The first cryptocurrency in recent years has become a vehicle for transferring and storing value, while altcoin is actively used by developers as a platform for creating decentralized applications.
Bitcoin is often compared to Ethereum and various predictions are made about the future of these assets. For example, in August, the head of the analytical company CryptoQuant, Ki Yong Joo, said that altcoin will outstrip the main cryptocurrency in terms of capitalization. He substantiated his prediction with the transition of Ethereum to protocol 2.0, which will increase the scalability, security and decentralization of the blockchain.
Over the past two months, important changes have taken place on the Ethereum network. In early August, the London update was released, which launched the token burn mechanism. Thanks to this, on September 4, for the first time in the history of Ethereum’s existence, the emission of the altcoin became negative. More digital coins were burned that day than new ones were issued.
Burning is the destruction of a certain number of tokens to reduce their number in circulation. This method is used to combat inflation and increase the value of cryptocurrencies. All coin burning operations are recorded on the blockchain as a transaction, and anyone can verify that the coins have been destroyed.
At the same time, in the blockchain of the first cryptocurrency, the deflationary model was initially laid down, since the number of bitcoins is limited to 21 million (at the moment, almost 19 million have been mined). It is also worth considering the fact that about 20% of the bitcoins already mined ($ 158 billion at the current exchange rate as of September 28) are on wallets, passwords to which were irretrievably lost. This reduces the amount of Bitcoin in circulation.
In November of this year, the Taproot update will be released on the bitcoin network, which will add the ability to create smart contracts on the blockchain of the main cryptocurrency.
How Bitcoin differs from Ethereum
Bitcoin was created as a peer-to-peer payment system, the performance of which depends entirely on its users.
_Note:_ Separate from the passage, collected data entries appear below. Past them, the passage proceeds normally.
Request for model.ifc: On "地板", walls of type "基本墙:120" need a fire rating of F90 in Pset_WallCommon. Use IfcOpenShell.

First a look at what the model holds.

```python
import ifcopenshell
import ifcopenshell.util.element

model = ifcopenshell.open("model.ifc")
print(model.schema)
storey = next(s for s in model.by_type("IfcBuildingStorey") if s.Name == "地板")
walls = [e for e in ifcopenshell.util.element.get_decomposition(storey) if e.is_a("IfcWall")]
seen = {}
for e in walls:
    element_type = ifcopenshell.util.element.get_type(e)
    key = (element_type.Name if element_type != e and element_type else None, ifcopenshell.util.element.get_pset(e, "Pset_WallCommon", "FireRating"))
    seen[key] = seen.get(key, 0) + 1
for (name, value), count in sorted(seen.items(), key=str):
    print(count, "x", name, "|", value)
```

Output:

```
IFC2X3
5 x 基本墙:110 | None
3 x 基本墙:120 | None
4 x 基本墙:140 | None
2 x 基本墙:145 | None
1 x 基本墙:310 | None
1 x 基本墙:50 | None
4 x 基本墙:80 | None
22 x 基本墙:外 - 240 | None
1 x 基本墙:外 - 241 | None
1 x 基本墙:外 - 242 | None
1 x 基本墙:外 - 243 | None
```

```python
import ifcopenshell
import ifcopenshell.api.pset
import ifcopenshell.util.element

model = ifcopenshell.open("model.ifc")

storey = next(s for s in model.by_type("IfcBuildingStorey") if s.Name == "地板")
walls = [e for e in ifcopenshell.util.element.get_decomposition(storey) if e.is_a("IfcWall")]

count = 0
for e in walls:
    element_type = ifcopenshell.util.element.get_type(e)
    if element_type in (None, e) or element_type.Name != "基本墙:120":
        continue
    # add_pset returns the element's existing set when there is one.
    pset = ifcopenshell.api.pset.add_pset(model, product=e, name="Pset_WallCommon")
    ifcopenshell.api.pset.edit_pset(model, pset=pset, properties={"FireRating": "F90"})
    count += 1

print(count, "walls updated")

model.write("model_rev.ifc")
```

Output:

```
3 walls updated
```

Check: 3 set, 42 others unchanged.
The creator of bitcoin Satoshi Nakamoto argued in the “white paper” that the main advantage of the cryptocurrency is its decentralization and the absence of privileged users who could somehow influence the network.
Ethereum also has the structure of a decentralized peer-to-peer payment system with the token of the same name, however, altcoin developers have gone further and developed a virtual machine that allows the creation of smart contracts and decentralized applications (dApps). The technology has proved to be so successful that it is already being used by major companies such as Microsoft, IBM, Sberbank, Lufthansa, the international charity UNISEF and others.
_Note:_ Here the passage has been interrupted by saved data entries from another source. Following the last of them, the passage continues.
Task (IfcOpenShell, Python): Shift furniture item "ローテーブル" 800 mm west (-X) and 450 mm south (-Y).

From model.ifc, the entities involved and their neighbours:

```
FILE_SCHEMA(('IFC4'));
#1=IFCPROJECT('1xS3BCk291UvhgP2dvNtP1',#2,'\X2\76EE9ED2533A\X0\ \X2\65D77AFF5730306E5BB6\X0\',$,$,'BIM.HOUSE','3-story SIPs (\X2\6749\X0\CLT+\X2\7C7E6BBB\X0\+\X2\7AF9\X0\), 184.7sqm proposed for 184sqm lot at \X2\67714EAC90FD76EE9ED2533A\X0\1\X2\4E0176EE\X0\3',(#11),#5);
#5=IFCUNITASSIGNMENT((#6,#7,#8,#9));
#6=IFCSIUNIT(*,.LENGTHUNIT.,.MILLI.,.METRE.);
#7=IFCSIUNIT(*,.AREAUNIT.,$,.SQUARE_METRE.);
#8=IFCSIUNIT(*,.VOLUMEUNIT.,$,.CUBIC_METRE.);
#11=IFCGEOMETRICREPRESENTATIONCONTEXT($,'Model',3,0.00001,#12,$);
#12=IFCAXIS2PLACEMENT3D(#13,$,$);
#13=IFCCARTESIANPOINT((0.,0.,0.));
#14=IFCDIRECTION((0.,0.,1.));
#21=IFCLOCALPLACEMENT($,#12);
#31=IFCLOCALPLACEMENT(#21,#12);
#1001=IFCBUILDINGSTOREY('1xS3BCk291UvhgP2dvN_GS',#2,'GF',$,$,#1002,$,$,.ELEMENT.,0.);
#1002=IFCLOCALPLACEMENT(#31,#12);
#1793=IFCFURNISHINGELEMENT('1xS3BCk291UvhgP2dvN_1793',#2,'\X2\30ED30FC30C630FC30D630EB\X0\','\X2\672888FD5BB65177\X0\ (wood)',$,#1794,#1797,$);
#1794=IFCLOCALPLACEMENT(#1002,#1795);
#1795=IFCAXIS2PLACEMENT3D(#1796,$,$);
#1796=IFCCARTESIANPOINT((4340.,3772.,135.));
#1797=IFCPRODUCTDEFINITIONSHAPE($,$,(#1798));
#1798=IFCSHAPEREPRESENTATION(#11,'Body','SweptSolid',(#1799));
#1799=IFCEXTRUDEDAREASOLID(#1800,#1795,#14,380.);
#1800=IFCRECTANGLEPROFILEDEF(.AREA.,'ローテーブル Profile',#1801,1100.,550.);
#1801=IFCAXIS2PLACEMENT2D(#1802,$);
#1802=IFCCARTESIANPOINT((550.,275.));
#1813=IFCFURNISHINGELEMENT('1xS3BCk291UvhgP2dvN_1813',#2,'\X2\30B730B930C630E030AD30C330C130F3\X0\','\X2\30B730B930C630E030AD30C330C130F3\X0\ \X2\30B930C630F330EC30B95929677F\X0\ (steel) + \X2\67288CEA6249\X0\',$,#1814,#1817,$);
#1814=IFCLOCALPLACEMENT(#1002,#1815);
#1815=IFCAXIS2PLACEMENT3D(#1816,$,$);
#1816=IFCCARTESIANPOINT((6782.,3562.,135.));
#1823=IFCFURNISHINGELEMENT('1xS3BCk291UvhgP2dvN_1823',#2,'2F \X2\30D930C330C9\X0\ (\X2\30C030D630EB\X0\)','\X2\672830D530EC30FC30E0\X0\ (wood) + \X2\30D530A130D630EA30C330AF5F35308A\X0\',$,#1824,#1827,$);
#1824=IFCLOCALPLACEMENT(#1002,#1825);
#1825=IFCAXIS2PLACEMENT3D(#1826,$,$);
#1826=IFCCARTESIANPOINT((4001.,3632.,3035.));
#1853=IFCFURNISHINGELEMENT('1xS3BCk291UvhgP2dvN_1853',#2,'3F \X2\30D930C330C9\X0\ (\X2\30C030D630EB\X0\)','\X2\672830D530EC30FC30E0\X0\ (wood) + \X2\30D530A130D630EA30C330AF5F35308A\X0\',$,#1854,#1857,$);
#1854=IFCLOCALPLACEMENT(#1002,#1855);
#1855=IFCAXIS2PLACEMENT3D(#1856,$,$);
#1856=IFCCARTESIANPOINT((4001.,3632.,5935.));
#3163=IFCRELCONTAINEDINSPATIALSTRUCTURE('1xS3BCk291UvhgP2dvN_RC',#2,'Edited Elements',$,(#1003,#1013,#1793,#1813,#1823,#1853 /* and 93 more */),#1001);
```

```python
import ifcopenshell
import ifcopenshell.api.geometry
import ifcopenshell.util.placement
import ifcopenshell.util.unit

model = ifcopenshell.open("model.ifc")
unit_scale = ifcopenshell.util.unit.calculate_unit_scale(model)

item = model.by_id(1793)
matrix = ifcopenshell.util.placement.get_local_placement(item.ObjectPlacement)
matrix[0, 3] -= 0.8 / unit_scale
matrix[1, 3] -= 0.45 / unit_scale
ifcopenshell.api.geometry.edit_object_placement(model, product=item, matrix=matrix, is_si=False)

print(ifcopenshell.util.placement.get_local_placement(item.ObjectPlacement).round(3) + 0.0)

model.write("model-out.ifc")
```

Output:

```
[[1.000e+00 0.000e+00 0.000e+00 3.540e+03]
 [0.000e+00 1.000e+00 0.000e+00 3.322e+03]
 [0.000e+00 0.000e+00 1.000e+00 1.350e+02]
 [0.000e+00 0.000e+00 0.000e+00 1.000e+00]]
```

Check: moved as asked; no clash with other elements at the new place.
At the moment, many different projects are working on the Ethereum blockchain: from games (CryptoKitties, Axie Infinity) to NFT marketplaces (OpenSea) and decentralized crypto exchanges (Uniswap).
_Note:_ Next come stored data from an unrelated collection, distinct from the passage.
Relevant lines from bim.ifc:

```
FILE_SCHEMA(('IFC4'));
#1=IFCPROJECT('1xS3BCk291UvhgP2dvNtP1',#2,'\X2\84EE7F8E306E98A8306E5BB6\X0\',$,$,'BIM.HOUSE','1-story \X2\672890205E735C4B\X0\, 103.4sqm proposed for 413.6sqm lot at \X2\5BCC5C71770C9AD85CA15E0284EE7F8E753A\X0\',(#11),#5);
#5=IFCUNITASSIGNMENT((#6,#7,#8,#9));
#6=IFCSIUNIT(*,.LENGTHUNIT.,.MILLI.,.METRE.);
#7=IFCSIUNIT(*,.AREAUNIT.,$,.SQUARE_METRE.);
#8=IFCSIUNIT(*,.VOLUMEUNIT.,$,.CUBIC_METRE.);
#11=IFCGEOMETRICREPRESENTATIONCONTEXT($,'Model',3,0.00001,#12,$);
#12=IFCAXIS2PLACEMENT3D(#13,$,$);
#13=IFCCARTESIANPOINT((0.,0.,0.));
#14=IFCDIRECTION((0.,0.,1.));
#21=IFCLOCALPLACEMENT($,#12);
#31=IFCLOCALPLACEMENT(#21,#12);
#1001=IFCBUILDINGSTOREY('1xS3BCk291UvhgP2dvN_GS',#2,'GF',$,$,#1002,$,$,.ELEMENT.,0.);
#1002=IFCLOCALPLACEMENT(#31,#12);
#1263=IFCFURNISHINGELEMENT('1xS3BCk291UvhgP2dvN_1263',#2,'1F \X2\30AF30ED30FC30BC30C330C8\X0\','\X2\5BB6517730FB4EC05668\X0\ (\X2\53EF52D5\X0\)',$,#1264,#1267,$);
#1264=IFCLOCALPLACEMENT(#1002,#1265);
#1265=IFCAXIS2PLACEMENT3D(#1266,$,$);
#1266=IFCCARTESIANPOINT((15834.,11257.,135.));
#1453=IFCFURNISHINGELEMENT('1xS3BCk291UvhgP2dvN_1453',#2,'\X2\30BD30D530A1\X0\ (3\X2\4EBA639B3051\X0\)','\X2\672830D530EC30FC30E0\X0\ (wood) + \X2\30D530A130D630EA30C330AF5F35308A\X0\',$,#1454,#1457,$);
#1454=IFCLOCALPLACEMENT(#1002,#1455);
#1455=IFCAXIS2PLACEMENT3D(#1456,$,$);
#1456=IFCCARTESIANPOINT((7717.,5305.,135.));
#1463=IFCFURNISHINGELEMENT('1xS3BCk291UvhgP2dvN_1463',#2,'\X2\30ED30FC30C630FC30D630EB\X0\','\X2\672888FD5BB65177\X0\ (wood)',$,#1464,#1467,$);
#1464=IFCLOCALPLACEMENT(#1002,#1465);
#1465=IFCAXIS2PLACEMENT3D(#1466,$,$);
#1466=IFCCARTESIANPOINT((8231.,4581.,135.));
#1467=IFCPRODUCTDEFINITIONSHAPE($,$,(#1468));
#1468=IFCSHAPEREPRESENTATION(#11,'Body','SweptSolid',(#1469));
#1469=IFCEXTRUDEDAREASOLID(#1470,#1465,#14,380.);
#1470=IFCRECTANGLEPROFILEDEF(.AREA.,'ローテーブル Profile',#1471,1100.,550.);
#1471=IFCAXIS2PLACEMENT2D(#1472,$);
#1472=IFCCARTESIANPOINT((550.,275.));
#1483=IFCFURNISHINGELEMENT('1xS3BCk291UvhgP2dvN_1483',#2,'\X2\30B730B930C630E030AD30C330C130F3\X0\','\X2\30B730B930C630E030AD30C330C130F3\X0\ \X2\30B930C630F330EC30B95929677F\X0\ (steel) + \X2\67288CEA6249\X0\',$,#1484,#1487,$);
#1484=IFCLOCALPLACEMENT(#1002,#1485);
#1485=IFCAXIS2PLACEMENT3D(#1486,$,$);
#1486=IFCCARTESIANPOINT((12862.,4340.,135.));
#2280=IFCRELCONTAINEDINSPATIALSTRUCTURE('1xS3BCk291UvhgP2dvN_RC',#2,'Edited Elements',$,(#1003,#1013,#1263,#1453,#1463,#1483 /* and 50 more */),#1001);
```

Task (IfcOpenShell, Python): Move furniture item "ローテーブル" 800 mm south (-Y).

```python
import ifcopenshell
import ifcopenshell.api.geometry
import ifcopenshell.util.placement

model = ifcopenshell.open("bim.ifc")

item = model.by_guid("1xS3BCk291UvhgP2dvN_1463")
matrix = ifcopenshell.util.placement.get_local_placement(item.ObjectPlacement)
matrix[1, 3] -= 800.0
ifcopenshell.api.geometry.edit_object_placement(model, product=item, matrix=matrix, is_si=False)

print(ifcopenshell.util.placement.get_local_placement(item.ObjectPlacement).round(3) + 0.0)

model.write("bim_edited.ifc")
```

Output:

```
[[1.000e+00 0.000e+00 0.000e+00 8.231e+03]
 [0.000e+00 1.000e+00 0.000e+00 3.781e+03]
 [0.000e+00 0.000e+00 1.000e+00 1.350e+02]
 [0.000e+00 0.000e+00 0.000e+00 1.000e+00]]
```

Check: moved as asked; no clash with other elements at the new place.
The first cryptocurrency is based on the Proof-of-Work (PoW) algorithm, which requires a lot of computing power from miners to keep the network operational and conduct transactions. The PoW algorithm was also used to create Ethereum, but at the moment the altcoin is in the active phase of switching to another algorithm – Proof-of-Stake (PoS), which completely excludes mining. In PoS, the network is ensured by the cryptocurrency holders and rewarded for this. This process is called staking.
Bitcoin and Ethereum were initially positioned as completely different projects, says Mikhail Karkhalev, financial analyst at Currency.com crypto exchange. According to him, Ethereum is more of a technology for creating decentralized applications, while Bitcoin has become a vehicle for transferring and storing value.
“There is no point in treating them as competing products,” the analyst explained.
Ethereum has already confidently taken its place in the market, but other similar projects will appear that can compete with it, said Karkhalev. He also added that there are more and more other blockchains for creating decentralized applications, since the creation of Vitalik Buterin is far from ideal.
Last week, buyers of TIME magazine’s non-fungible tokens spent four times as much on commissions as buying the NFTs themselves. One of the users paid a commission of more than $ 70K when buying 10 NFT tokens from TIME, the cost of which was 1 ETH ($ 3.1K at the time of purchase).
According to Karkhalev, at the moment there are no projects on the crypto market that could make real competition to bitcoin. A similar project is Litecoin, but if Bitcoin is “digital gold”, then LTC is “digital silver,” the analyst summed up.
Litecoin is a digital coin that was created on the basis of the bitcoin blockchain. It differs from the first cryptocurrency in its low commission and fast transactions.
Different statuses in the industry
Ethereum is the backbone of blockchain products and, in principle, the foundation of the modern blockchain industry, while bitcoin is an exchange-traded investment asset with a limited supply and characterized by deflationary properties, said Viktor Pershikov, lead analyst at 8848 Invest. According to him, from the point of view of investment attractiveness, these assets can be compared if we consider them as digital tokens, but from the point of view of their fundamental characteristics, these assets differ dramatically.
In the future, one should not expect any confrontations between Bitcoin and Ethereum, since the main cryptocurrency has taken its niche “whipping boy” from the standpoint of regulators and financial authorities, as it identifies the entire sphere of digital assets in its person.